━━━━━ DATA FOR PROCESSING

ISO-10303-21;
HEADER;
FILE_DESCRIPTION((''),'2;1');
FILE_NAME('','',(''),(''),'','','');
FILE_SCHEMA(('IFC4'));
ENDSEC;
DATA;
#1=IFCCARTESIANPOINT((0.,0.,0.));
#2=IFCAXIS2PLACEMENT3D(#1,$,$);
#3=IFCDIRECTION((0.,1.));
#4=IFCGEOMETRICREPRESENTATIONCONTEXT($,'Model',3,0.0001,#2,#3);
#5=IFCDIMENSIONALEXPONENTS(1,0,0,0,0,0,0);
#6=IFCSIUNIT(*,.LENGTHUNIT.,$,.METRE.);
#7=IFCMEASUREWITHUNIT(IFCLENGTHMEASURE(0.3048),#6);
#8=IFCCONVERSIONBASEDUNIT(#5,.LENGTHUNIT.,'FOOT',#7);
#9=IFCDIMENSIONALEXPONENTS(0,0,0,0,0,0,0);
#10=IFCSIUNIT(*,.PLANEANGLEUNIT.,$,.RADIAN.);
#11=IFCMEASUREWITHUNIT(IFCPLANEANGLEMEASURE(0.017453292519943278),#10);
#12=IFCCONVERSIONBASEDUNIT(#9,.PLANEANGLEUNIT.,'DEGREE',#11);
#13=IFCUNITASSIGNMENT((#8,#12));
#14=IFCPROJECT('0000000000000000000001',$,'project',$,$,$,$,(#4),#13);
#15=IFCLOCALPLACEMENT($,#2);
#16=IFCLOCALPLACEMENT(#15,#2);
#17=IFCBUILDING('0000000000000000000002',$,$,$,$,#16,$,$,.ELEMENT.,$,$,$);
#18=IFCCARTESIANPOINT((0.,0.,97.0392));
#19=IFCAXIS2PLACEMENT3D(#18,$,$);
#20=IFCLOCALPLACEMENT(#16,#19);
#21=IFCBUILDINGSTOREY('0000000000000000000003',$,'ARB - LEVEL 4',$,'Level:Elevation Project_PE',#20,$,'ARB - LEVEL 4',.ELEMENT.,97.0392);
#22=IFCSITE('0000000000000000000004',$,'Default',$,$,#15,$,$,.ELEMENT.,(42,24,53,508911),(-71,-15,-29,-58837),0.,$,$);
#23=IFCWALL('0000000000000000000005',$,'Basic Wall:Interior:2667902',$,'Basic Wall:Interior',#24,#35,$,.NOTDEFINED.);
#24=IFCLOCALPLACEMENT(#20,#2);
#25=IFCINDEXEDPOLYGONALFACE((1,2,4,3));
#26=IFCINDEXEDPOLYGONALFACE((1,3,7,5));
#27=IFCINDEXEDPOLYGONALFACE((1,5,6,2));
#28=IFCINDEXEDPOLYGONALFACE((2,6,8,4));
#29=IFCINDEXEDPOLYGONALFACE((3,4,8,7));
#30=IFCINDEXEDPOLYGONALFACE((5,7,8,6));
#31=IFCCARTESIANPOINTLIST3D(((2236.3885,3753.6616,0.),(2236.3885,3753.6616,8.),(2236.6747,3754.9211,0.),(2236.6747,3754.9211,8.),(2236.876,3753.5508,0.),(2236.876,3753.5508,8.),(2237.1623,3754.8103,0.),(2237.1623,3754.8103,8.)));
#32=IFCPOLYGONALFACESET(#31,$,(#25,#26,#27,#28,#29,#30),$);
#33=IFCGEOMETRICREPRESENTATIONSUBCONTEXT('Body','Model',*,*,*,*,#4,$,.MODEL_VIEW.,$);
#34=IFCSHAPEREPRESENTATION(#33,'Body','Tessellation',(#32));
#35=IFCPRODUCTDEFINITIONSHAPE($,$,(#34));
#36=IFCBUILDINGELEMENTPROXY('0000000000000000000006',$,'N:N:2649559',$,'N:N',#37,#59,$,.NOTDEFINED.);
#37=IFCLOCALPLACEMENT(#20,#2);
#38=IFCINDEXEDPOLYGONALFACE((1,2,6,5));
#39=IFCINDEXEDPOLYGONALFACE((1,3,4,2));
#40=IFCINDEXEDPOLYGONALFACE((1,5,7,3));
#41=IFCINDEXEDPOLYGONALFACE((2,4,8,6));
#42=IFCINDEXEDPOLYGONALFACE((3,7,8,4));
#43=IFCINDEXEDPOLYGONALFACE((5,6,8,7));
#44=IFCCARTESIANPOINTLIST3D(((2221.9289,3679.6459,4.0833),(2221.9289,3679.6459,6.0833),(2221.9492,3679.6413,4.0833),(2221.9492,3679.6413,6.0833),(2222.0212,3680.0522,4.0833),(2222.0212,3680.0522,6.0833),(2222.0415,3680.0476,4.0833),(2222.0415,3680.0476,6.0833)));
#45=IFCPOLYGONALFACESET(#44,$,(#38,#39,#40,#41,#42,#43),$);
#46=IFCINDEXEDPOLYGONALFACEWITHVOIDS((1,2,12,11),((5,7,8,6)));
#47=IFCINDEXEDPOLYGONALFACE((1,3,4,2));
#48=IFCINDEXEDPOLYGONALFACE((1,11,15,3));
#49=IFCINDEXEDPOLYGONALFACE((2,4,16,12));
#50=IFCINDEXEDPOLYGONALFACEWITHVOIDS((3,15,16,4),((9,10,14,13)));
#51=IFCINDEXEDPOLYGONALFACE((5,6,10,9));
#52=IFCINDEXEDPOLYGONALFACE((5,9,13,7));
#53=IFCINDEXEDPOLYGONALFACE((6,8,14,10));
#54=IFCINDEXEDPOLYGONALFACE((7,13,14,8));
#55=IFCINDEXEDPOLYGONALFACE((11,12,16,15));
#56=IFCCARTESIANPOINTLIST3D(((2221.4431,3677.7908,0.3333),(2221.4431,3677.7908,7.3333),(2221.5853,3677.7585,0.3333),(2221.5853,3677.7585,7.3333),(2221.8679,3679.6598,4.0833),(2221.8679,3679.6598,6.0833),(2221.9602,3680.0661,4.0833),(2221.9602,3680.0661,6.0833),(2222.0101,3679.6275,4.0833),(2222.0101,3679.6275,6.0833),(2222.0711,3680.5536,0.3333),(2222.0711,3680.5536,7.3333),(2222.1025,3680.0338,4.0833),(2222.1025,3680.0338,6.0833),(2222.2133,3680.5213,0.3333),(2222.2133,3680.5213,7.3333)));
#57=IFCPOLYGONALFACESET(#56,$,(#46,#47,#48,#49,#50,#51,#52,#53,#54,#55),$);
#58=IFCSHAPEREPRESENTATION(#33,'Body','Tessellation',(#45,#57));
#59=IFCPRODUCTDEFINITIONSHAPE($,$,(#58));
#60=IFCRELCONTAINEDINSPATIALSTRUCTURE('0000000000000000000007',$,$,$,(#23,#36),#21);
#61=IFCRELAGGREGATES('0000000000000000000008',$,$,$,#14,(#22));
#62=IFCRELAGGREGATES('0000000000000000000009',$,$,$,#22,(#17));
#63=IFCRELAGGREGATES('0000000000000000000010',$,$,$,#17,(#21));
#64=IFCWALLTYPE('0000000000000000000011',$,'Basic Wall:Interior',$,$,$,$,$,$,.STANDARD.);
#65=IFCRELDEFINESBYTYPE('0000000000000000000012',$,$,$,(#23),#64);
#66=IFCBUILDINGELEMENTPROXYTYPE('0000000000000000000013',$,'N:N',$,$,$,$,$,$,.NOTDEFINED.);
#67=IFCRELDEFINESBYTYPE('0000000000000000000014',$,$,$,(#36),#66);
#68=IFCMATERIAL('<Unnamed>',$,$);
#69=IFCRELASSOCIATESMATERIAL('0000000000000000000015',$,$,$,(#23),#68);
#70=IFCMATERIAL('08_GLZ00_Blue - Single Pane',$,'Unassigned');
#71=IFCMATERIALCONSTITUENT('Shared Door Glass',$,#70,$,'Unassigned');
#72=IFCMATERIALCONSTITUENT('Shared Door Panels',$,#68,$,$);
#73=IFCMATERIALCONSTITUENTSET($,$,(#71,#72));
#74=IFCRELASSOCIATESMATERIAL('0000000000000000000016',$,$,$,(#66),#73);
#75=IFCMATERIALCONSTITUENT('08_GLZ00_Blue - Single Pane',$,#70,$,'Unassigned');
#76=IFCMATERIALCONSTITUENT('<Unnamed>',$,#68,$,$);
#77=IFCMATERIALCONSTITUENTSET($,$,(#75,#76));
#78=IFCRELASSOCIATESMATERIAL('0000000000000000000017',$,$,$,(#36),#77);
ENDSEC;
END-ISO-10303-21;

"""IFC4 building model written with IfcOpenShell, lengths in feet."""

from ifc_helpers import new_model, entity, si_unit, converted_unit, direction, frame, origin, place, context, subcontext, project, spatial, indexed_curve, outline, extrude, source, transform, mapped, material, constituent, constituent_set, type_object, type_shapes, element, save


model = new_model("IFC4")

# Units and contexts
model_context = context("Model", 3, precision=0.0001, world=origin(), true_north=direction((0.0, 1.0)))
body_context = subcontext(model_context, "Body", "Model", "MODEL_VIEW")
ifc_project = project(units=[converted_unit("LENGTHUNIT", "FOOT", entity("IfcLengthMeasure", 0.3048), si_unit("LENGTHUNIT", "METRE"), dimensions=[1, 0, 0, 0, 0, 0, 0]), converted_unit("PLANEANGLEUNIT", "DEGREE", entity("IfcPlaneAngleMeasure", 0.017453292519943278), si_unit("PLANEANGLEUNIT", "RADIAN"), dimensions=[0, 0, 0, 0, 0, 0, 0])], contexts=[model_context])

# Site, building, storey
site_placement = place(None, origin())
site = spatial("IfcSite", under=ifc_project, at=site_placement, Name="Default", CompositionType="ELEMENT", RefLatitude=(42, 24, 53, 508911), RefLongitude=(-71, -15, -29, -58837), RefElevation=0.0)
building_placement = place(site_placement, origin())
building = spatial("IfcBuilding", under=site, at=building_placement, CompositionType="ELEMENT")
storey_placement = place(building_placement, frame((0.0, 0.0, 97.0392)))
storey = spatial("IfcBuildingStorey", under=building, at=storey_placement, Name="ARB - LEVEL 4", ObjectType="Level:Elevation Project_PE", LongName="ARB - LEVEL 4", CompositionType="ELEMENT", Elevation=97.0392)

# Wall
ifc_material_1 = material(Name="<Unnamed>")
wall_type = type_object("IfcWallType", Name="Basic Wall:Interior", PredefinedType="STANDARD")
wall_1_placement = place(storey_placement, frame((2236.9185, 3754.8657, 0.0), z_axis=(0.0, 0.0, 1.0), x_axis=(-0.221622, -0.975133, 0.0)))
element("IfcWall", 1, at=wall_1_placement, inside=storey, type_object=wall_type, material=ifc_material_1, Name="Basic Wall:Interior:2667902", ObjectType="Basic Wall:Interior", PredefinedType="NOTDEFINED", context=body_context, shape_type="SweptSolid", body=[
    extrude(outline(indexed_curve([(1.2917, 0.25), (0.0, 0.25), (0.0, -0.25), (1.2917, -0.25), (1.2917, 0.25)], self_intersect=False)), origin(), (0.0, 0.0, 1.0), 8.0),
])

# Building element proxy
ifc_material_2 = material(Name="08_GLZ00_Blue - Single Pane", Category="Unassigned")
ifc_constituent_1 = constituent(ifc_material_2, Name="08_GLZ00_Blue - Single Pane", Category="Unassigned")
ifc_constituent_2 = constituent(ifc_material_1, Name="<Unnamed>")
ifc_constituent_set_1 = constituent_set(constituents=[ifc_constituent_1, ifc_constituent_2])
ifc_constituent_3 = constituent(ifc_material_2, Name="Shared Door Glass", Category="Unassigned")
ifc_constituent_4 = constituent(ifc_material_1, Name="Shared Door Panels")
ifc_constituent_set_2 = constituent_set(constituents=[ifc_constituent_3, ifc_constituent_4])
building_element_proxy_type = type_object("IfcBuildingElementProxyType", Name="N:N", PredefinedType="NOTDEFINED", material=ifc_constituent_set_2)
shared_shape = source(origin(), body_context, "Body", "SweptSolid", [
    extrude(outline(indexed_curve([(-0.0104, -0.2083), (0.0104, -0.2083), (0.0104, 0.2083), (-0.0104, 0.2083), (-0.0104, -0.2083)], self_intersect=False)), frame((-0.9942, 3.25, 3.75), z_axis=(0.0, 0.0, 1.0), x_axis=(0.0, 1.0, 0.0)), (0.0, 0.0, 1.0), 2.0),
    extrude(outline(indexed_curve([(-3.5, -1.4167), (3.5, -1.4167), (3.5, 1.4167), (-3.5, 1.4167), (-3.5, -1.4167)], self_intersect=False), holes=[indexed_curve([(-2.25, 0.5), (-2.25, 0.9167), (-0.25, 0.9167), (-0.25, 0.5), (-2.25, 0.5)], self_intersect=False)]), frame((-0.2859, 3.1771, 3.5), z_axis=(0.0, 1.0, 0.0), x_axis=(0.0, 0.0, -1.0)), (0.0, 0.0, 1.0), 0.1458),
])
type_shapes(building_element_proxy_type, [shared_shape])
proxy_placement = place(storey_placement, frame((2218.5957, 3679.5975, 0.3333), z_axis=(0.0, 0.0, 1.0), x_axis=(-0.221622, -0.975133, 0.0)))
element("IfcBuildingElementProxy", 2, at=proxy_placement, inside=storey, type_object=building_element_proxy_type, material=ifc_constituent_set_1, Name="N:N:2649559", ObjectType="N:N", PredefinedType="NOTDEFINED", context=body_context, shape_type="MappedRepresentation", body=[
    mapped(shared_shape, transform((0.0, 0.0, 0.0), scale=1.0)),
])

save(model, "model.ifc")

━━━━━━━━━━

Up to and including the line with "#4=IFCGEOMETRICREPRESENTATIONCONTEXT($,'Model',3,0.0001,#2,#3);", output every line of the records above exactly, starting from the first; output nothing else.

* EXPECTED ANSWER
ISO-10303-21;
HEADER;
FILE_DESCRIPTION((''),'2;1');
FILE_NAME('','',(''),(''),'','','');
FILE_SCHEMA(('IFC4'));
ENDSEC;
DATA;
#1=IFCCARTESIANPOINT((0.,0.,0.));
#2=IFCAXIS2PLACEMENT3D(#1,$,$);
#3=IFCDIRECTION((0.,1.));
#4=IFCGEOMETRICREPRESENTATIONCONTEXT($,'Model',3,0.0001,#2,#3);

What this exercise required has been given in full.